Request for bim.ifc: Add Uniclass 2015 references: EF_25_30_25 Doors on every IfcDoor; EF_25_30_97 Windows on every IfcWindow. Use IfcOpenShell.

First a look at what the model holds.

```python
import ifcopenshell

model = ifcopenshell.open("bim.ifc")
print(model.schema)
print("classifications:", [c.Name for c in model.by_type("IfcClassification")])
for ifc_class in ("IfcDoor", "IfcRoof", "IfcStair", "IfcWall", "IfcWindow"):
    print(ifc_class, len(model.by_type(ifc_class)))
```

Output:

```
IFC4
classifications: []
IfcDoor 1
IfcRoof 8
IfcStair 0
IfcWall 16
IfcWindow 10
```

```python
import ifcopenshell
import ifcopenshell.api.classification

model = ifcopenshell.open("bim.ifc")

system = ifcopenshell.api.classification.add_classification(model, classification="Uniclass 2015")

codes = {
    "IfcDoor": ("EF_25_30_25", "Doors"),
    "IfcWindow": ("EF_25_30_97", "Windows"),
}
for ifc_class, (code, name) in codes.items():
    products = model.by_type(ifc_class)
    ifcopenshell.api.classification.add_reference(
        model, products=products, classification=system, identification=code, name=name
    )
    print(code, len(products))

model.write("bim_updated.ifc")
```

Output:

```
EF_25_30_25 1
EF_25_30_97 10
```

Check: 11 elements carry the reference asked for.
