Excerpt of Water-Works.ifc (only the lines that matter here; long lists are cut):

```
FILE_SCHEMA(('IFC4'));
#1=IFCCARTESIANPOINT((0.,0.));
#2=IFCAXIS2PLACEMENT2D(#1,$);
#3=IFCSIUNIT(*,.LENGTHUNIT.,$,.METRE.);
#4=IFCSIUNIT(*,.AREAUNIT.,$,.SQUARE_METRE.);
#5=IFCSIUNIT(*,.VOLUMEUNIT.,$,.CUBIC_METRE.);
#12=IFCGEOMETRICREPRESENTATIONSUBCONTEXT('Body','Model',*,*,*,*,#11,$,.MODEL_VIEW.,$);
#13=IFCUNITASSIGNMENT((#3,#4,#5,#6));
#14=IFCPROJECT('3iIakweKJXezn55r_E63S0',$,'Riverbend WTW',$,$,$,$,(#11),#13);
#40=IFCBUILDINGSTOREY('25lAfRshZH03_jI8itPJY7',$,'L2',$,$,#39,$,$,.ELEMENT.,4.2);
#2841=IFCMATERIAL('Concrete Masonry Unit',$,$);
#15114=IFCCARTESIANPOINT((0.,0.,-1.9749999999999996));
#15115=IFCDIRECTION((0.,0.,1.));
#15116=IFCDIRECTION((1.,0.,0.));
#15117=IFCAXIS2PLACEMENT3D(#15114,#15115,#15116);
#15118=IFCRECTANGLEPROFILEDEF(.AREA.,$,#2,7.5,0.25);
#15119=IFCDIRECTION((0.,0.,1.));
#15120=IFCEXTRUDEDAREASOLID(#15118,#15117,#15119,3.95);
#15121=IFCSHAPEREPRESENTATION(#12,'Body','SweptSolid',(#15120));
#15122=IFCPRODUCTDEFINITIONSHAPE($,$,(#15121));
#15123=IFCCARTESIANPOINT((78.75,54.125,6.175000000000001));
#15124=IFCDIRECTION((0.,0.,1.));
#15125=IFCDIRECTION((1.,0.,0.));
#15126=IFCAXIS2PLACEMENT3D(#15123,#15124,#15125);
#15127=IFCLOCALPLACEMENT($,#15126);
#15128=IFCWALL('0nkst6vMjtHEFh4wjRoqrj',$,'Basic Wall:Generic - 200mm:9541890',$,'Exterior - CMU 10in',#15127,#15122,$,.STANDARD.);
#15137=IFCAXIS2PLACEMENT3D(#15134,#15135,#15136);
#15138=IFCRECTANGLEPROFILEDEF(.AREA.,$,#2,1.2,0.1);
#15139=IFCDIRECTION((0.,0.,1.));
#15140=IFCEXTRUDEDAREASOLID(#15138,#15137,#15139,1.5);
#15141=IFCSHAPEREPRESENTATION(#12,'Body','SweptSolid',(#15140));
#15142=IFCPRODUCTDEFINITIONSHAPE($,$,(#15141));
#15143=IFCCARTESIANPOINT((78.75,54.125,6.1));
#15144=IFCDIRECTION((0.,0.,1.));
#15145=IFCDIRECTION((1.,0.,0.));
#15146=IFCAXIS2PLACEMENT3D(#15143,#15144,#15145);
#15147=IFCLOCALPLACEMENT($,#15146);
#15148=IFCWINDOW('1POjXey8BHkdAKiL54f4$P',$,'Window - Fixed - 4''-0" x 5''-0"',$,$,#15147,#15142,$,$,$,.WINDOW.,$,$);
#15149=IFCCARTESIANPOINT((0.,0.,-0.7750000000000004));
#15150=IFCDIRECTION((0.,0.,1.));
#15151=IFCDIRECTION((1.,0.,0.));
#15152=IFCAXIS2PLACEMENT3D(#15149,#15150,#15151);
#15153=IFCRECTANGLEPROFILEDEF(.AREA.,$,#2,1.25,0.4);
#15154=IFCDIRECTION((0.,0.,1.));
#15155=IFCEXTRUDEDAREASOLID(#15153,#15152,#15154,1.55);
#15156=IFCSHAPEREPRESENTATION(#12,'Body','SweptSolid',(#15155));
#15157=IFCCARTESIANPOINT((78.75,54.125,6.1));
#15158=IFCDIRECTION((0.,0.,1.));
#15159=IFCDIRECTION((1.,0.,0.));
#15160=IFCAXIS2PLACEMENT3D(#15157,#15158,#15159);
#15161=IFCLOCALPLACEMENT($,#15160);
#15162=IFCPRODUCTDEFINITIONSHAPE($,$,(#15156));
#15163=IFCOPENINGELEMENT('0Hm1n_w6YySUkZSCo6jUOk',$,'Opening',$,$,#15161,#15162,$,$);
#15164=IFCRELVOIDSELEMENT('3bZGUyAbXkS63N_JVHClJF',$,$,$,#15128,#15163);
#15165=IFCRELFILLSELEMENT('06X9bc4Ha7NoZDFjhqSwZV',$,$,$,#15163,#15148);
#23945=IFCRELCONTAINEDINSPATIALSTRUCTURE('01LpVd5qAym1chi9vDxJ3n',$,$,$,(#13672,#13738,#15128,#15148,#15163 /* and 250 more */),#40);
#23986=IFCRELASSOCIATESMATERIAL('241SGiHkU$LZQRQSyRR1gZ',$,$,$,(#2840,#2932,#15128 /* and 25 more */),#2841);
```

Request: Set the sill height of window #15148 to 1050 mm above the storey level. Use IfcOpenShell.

```python
import numpy as np
import ifcopenshell
import ifcopenshell.api.geometry
import ifcopenshell.geom
import ifcopenshell.util.element
import ifcopenshell.util.placement
import ifcopenshell.util.shape
import ifcopenshell.util.unit

model = ifcopenshell.open("Water-Works.ifc")
unit_scale = ifcopenshell.util.unit.calculate_unit_scale(model)

window = model.by_guid("1POjXey8BHkdAKiL54f4$P")
opening = window.FillsVoids[0].RelatingOpeningElement
storey = ifcopenshell.util.element.get_container(window, ifc_class="IfcBuildingStorey")
level = ifcopenshell.util.placement.get_local_placement(storey.ObjectPlacement)[2, 3]

# The opening's origin need not be at the sill, so measure its lowest point.
shape = ifcopenshell.geom.create_shape(ifcopenshell.geom.settings(), opening)
bottom = ifcopenshell.util.shape.get_shape_bottom_elevation(shape, shape.geometry) / unit_scale
dz = level + 1.05 / unit_scale - bottom

shift = np.array([0.0, 0.0, dz])
# The window is not placed relative to its opening, so move both.
for product in (opening, window):
    matrix = ifcopenshell.util.placement.get_local_placement(product.ObjectPlacement)
    matrix[:3, 3] += shift
    ifcopenshell.api.geometry.edit_object_placement(model, product=product, matrix=matrix, is_si=False)

print(f"moved by {dz * unit_scale:+.3f} m")

model.write("Water-Works-out.ifc")
```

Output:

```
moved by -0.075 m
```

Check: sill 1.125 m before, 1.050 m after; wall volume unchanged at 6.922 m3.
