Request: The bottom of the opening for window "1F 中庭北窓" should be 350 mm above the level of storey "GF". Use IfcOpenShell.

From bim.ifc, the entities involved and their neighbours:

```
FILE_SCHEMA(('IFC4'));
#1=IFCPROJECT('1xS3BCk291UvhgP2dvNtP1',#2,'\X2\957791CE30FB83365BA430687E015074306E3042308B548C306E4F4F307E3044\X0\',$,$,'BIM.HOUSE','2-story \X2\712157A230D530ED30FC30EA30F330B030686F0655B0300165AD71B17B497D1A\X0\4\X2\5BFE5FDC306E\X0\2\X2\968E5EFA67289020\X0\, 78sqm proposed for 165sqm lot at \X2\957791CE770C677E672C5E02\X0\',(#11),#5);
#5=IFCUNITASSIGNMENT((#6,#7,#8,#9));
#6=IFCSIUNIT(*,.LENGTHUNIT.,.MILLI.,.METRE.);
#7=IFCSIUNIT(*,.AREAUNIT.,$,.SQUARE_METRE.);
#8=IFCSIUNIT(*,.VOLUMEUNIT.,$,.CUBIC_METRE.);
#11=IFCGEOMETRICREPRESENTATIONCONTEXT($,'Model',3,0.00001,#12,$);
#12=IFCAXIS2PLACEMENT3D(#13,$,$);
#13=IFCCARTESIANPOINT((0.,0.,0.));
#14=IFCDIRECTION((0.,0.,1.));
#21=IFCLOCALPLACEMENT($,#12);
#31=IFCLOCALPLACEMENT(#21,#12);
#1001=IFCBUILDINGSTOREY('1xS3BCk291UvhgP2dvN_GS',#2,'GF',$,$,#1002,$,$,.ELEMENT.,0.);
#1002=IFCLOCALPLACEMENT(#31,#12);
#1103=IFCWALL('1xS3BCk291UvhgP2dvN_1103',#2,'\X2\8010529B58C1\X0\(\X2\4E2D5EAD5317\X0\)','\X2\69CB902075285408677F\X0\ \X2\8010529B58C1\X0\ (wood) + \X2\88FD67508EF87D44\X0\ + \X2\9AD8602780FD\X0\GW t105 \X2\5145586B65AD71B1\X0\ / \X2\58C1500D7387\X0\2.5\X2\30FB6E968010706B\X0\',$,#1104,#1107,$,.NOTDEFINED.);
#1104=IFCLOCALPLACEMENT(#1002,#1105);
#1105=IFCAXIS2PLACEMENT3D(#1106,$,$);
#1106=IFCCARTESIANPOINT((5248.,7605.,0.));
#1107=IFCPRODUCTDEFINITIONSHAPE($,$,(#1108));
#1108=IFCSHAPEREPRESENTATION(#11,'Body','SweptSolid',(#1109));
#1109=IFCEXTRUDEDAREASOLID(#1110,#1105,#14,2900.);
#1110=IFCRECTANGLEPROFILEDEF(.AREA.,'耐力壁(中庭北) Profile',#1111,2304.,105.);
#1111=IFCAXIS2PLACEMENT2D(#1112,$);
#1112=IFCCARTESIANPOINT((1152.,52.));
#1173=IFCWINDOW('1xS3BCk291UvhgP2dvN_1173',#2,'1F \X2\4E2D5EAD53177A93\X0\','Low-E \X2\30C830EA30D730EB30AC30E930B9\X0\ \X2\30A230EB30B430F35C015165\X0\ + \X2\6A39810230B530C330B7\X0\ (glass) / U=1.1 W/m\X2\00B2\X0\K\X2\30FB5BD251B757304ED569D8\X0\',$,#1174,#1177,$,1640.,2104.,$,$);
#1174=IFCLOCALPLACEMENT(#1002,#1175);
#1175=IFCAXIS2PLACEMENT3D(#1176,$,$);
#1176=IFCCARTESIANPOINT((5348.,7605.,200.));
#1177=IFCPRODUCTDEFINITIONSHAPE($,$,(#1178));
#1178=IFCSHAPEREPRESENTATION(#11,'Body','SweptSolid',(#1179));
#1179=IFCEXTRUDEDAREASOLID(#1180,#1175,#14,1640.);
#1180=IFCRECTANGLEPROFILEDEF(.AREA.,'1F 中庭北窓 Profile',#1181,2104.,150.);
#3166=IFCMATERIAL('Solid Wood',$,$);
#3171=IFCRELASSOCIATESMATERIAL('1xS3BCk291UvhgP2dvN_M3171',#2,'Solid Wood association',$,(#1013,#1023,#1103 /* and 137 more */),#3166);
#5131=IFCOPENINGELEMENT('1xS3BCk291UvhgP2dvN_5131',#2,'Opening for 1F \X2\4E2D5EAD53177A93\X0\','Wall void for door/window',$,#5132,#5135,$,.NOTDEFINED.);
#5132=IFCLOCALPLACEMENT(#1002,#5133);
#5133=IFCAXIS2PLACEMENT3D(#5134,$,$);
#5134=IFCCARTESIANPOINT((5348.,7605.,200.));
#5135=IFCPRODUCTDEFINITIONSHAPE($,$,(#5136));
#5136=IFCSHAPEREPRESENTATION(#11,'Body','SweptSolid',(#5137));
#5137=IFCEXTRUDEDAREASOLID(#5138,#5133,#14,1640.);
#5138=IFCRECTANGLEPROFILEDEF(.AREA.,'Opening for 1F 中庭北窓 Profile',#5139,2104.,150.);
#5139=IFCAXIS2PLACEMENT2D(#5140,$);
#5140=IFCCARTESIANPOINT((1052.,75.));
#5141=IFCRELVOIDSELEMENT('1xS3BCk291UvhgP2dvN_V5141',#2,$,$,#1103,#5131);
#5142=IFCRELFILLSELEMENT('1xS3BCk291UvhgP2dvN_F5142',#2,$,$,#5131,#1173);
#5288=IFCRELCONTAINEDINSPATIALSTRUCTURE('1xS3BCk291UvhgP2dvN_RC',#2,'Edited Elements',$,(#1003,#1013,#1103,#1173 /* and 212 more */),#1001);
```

```python
import numpy as np
import ifcopenshell
import ifcopenshell.api.geometry
import ifcopenshell.geom
import ifcopenshell.util.element
import ifcopenshell.util.placement
import ifcopenshell.util.shape
import ifcopenshell.util.unit

model = ifcopenshell.open("bim.ifc")
unit_scale = ifcopenshell.util.unit.calculate_unit_scale(model)

window = model.by_id(1173)
opening = window.FillsVoids[0].RelatingOpeningElement
storey = ifcopenshell.util.element.get_container(window, ifc_class="IfcBuildingStorey")
level = ifcopenshell.util.placement.get_local_placement(storey.ObjectPlacement)[2, 3]

# The opening's origin need not be at the sill, so measure its lowest point.
shape = ifcopenshell.geom.create_shape(ifcopenshell.geom.settings(), opening)
bottom = ifcopenshell.util.shape.get_shape_bottom_elevation(shape, shape.geometry) / unit_scale
dz = level + 350.0 - bottom

shift = np.array([0.0, 0.0, dz])
# The window is not placed relative to its opening, so move both.
for product in (opening, window):
    matrix = ifcopenshell.util.placement.get_local_placement(product.ObjectPlacement)
    matrix[:3, 3] += shift
    ifcopenshell.api.geometry.edit_object_placement(model, product=product, matrix=matrix, is_si=False)

print(f"moved by {dz * unit_scale:+.3f} m")

model.write("bim_v2.ifc")
```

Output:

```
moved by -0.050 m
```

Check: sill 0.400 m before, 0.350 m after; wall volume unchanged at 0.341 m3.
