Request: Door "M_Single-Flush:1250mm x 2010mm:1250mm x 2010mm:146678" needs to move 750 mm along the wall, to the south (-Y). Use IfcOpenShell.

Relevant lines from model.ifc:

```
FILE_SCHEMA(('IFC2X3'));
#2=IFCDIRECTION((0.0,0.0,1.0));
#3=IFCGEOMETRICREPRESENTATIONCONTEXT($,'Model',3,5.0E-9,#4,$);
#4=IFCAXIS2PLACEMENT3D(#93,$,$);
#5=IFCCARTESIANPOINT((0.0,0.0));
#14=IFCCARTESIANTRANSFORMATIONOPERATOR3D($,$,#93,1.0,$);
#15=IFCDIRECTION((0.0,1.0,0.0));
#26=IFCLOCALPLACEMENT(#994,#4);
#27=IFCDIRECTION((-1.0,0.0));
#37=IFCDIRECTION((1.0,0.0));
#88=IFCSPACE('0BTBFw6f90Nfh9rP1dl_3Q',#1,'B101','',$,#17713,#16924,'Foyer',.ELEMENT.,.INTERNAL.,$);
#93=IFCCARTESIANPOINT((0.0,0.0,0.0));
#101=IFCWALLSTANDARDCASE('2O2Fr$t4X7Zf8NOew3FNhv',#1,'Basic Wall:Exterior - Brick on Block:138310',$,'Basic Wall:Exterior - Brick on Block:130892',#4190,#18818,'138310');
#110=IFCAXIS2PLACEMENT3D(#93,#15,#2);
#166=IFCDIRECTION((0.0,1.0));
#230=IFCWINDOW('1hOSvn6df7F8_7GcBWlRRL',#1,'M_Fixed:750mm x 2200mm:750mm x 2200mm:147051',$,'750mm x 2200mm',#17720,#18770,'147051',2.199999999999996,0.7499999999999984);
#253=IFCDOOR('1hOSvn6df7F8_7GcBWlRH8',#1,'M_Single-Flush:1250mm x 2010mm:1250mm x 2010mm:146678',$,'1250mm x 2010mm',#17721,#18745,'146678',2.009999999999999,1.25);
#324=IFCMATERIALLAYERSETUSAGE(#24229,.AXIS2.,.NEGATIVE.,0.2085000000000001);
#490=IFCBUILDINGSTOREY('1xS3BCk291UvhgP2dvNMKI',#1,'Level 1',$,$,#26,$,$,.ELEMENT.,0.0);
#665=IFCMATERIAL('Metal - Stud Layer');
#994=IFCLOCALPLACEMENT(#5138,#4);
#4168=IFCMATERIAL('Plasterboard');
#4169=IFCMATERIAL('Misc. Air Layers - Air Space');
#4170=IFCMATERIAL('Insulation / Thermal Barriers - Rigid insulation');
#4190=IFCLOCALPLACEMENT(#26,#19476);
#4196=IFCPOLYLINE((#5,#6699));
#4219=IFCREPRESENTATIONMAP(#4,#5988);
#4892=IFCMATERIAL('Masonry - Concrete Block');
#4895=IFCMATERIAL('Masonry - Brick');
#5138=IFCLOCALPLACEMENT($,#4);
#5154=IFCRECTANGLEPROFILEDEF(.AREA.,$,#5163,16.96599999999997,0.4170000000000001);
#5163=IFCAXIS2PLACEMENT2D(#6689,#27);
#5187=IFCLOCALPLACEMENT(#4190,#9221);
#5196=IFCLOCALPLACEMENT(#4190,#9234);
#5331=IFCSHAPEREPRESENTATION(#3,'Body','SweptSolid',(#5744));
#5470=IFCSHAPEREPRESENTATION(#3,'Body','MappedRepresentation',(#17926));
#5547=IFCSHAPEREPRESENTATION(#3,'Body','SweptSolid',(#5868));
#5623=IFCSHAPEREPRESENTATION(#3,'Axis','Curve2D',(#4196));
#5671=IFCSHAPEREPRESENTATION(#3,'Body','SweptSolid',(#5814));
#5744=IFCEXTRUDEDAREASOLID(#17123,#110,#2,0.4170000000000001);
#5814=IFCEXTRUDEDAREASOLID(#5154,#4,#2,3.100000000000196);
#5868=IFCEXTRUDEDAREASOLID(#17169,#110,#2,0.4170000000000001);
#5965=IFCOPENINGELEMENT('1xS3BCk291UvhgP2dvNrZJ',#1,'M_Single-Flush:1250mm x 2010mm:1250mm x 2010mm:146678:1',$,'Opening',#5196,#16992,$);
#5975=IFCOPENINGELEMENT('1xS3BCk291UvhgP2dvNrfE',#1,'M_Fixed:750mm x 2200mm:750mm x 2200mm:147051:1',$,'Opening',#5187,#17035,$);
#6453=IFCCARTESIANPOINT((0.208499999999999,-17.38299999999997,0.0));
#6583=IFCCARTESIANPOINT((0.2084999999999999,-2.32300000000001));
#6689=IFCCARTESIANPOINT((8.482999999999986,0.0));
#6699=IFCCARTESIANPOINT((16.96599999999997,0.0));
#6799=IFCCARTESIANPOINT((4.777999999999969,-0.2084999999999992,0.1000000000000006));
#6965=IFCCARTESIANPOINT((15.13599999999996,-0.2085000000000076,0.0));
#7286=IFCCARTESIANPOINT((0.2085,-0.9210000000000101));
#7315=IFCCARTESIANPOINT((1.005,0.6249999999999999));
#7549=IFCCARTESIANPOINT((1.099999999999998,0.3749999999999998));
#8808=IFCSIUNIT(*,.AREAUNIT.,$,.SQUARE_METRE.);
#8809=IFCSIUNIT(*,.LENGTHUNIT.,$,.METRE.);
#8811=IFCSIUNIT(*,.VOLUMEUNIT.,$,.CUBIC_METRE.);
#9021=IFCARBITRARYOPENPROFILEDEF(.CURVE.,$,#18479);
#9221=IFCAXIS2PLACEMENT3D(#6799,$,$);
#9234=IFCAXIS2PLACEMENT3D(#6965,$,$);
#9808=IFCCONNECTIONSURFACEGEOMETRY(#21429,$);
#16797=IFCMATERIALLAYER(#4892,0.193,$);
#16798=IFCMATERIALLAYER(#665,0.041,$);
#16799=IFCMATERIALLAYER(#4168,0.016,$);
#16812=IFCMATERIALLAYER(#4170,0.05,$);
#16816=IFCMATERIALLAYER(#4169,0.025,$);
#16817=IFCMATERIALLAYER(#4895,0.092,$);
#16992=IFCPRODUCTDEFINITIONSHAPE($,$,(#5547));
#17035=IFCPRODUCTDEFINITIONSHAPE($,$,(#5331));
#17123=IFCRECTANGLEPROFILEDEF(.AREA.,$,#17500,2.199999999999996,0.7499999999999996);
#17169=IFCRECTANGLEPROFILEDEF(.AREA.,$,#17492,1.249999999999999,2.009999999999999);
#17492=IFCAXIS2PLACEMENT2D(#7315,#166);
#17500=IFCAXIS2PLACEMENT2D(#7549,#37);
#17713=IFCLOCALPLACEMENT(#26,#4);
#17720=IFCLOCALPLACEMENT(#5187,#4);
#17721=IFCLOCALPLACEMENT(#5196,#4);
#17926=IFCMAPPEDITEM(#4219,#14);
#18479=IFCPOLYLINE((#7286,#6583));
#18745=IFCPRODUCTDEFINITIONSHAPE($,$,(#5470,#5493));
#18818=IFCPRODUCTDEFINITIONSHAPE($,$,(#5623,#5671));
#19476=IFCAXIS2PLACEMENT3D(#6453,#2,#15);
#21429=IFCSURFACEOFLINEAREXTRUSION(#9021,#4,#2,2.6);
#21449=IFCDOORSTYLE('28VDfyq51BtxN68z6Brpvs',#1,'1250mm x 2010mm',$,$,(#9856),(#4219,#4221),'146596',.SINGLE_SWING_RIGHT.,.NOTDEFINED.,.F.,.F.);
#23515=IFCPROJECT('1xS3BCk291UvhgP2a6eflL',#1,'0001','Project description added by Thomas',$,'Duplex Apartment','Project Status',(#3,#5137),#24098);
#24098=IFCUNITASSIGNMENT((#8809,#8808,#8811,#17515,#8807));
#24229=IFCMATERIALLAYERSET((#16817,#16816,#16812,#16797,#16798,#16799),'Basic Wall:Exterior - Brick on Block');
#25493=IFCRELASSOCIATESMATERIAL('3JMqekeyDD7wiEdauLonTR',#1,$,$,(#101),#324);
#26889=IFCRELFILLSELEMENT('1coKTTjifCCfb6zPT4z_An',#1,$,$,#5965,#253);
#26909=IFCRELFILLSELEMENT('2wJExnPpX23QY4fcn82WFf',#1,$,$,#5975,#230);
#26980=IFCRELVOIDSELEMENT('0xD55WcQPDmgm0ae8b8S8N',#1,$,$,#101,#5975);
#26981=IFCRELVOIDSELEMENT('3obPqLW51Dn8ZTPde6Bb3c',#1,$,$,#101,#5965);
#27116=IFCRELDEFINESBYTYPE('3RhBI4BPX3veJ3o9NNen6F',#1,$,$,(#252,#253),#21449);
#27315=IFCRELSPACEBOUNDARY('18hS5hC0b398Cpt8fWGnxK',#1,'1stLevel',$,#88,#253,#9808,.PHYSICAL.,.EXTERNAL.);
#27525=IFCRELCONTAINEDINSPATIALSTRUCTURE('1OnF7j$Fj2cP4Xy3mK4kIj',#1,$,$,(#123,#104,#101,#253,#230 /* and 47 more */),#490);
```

```python
import numpy as np
import ifcopenshell
import ifcopenshell.api.geometry
import ifcopenshell.util.placement

model = ifcopenshell.open("model.ifc")

door = model.by_guid("1hOSvn6df7F8_7GcBWlRH8")
opening = door.FillsVoids[0].RelatingOpeningElement
wall = opening.VoidsElements[0].RelatingBuildingElement

wall_matrix = ifcopenshell.util.placement.get_local_placement(wall.ObjectPlacement)
shift = wall_matrix[:3, 0] * -0.75
before = ifcopenshell.util.placement.get_local_placement(door.ObjectPlacement)[:3, 3].copy()

# The door is placed relative to its opening, so it follows when the opening moves.
matrix = ifcopenshell.util.placement.get_local_placement(opening.ObjectPlacement)
matrix[:3, 3] += shift
ifcopenshell.api.geometry.edit_object_placement(
    model, product=opening, matrix=matrix, is_si=False, should_transform_children=True
)

# Space boundary surfaces are stored in each space's coordinates; move them too.
for rel in door.ProvidesBoundaries:
    if not rel.ConnectionGeometry:
        continue
    surface = rel.ConnectionGeometry.SurfaceOnRelatingElement
    space_matrix = ifcopenshell.util.placement.get_local_placement(rel.RelatingSpace.ObjectPlacement)
    point = np.array(surface.Position.Location.Coordinates) + space_matrix[:3, :3].T @ shift
    surface.Position = model.createIfcAxis2Placement3D(
        model.createIfcCartesianPoint(point.tolist()), surface.Position.Axis, surface.Position.RefDirection
    )

after = ifcopenshell.util.placement.get_local_placement(door.ObjectPlacement)[:3, 3]
print("door moved by", (after - before).round(3) + 0.0)

model.write("model_v2.ifc")
```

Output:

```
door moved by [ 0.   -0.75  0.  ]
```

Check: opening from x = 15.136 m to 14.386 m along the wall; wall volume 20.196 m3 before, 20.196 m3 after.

+ + +

Description of the task:
Scan the data above. Return every line with "IFCOPENINGELEMENT" in it.

Problem solution:
#15163=IFCOPENINGELEMENT('0Hm1n_w6YySUkZSCo6jUOk',$,'Opening',$,$,#15161,#15162,$,$);
#5131=IFCOPENINGELEMENT('1xS3BCk291UvhgP2dvN_5131',#2,'Opening for 1F \X2\4E2D5EAD53177A93\X0\','Wall void for door/window',$,#5132,#5135,$,.NOTDEFINED.);
#5965=IFCOPENINGELEMENT('1xS3BCk291UvhgP2dvNrZJ',#1,'M_Single-Flush:1250mm x 2010mm:1250mm x 2010mm:146678:1',$,'Opening',#5196,#16992,$);
#5975=IFCOPENINGELEMENT('1xS3BCk291UvhgP2dvNrfE',#1,'M_Fixed:750mm x 2200mm:750mm x 2200mm:147051:1',$,'Opening',#5187,#17035,$);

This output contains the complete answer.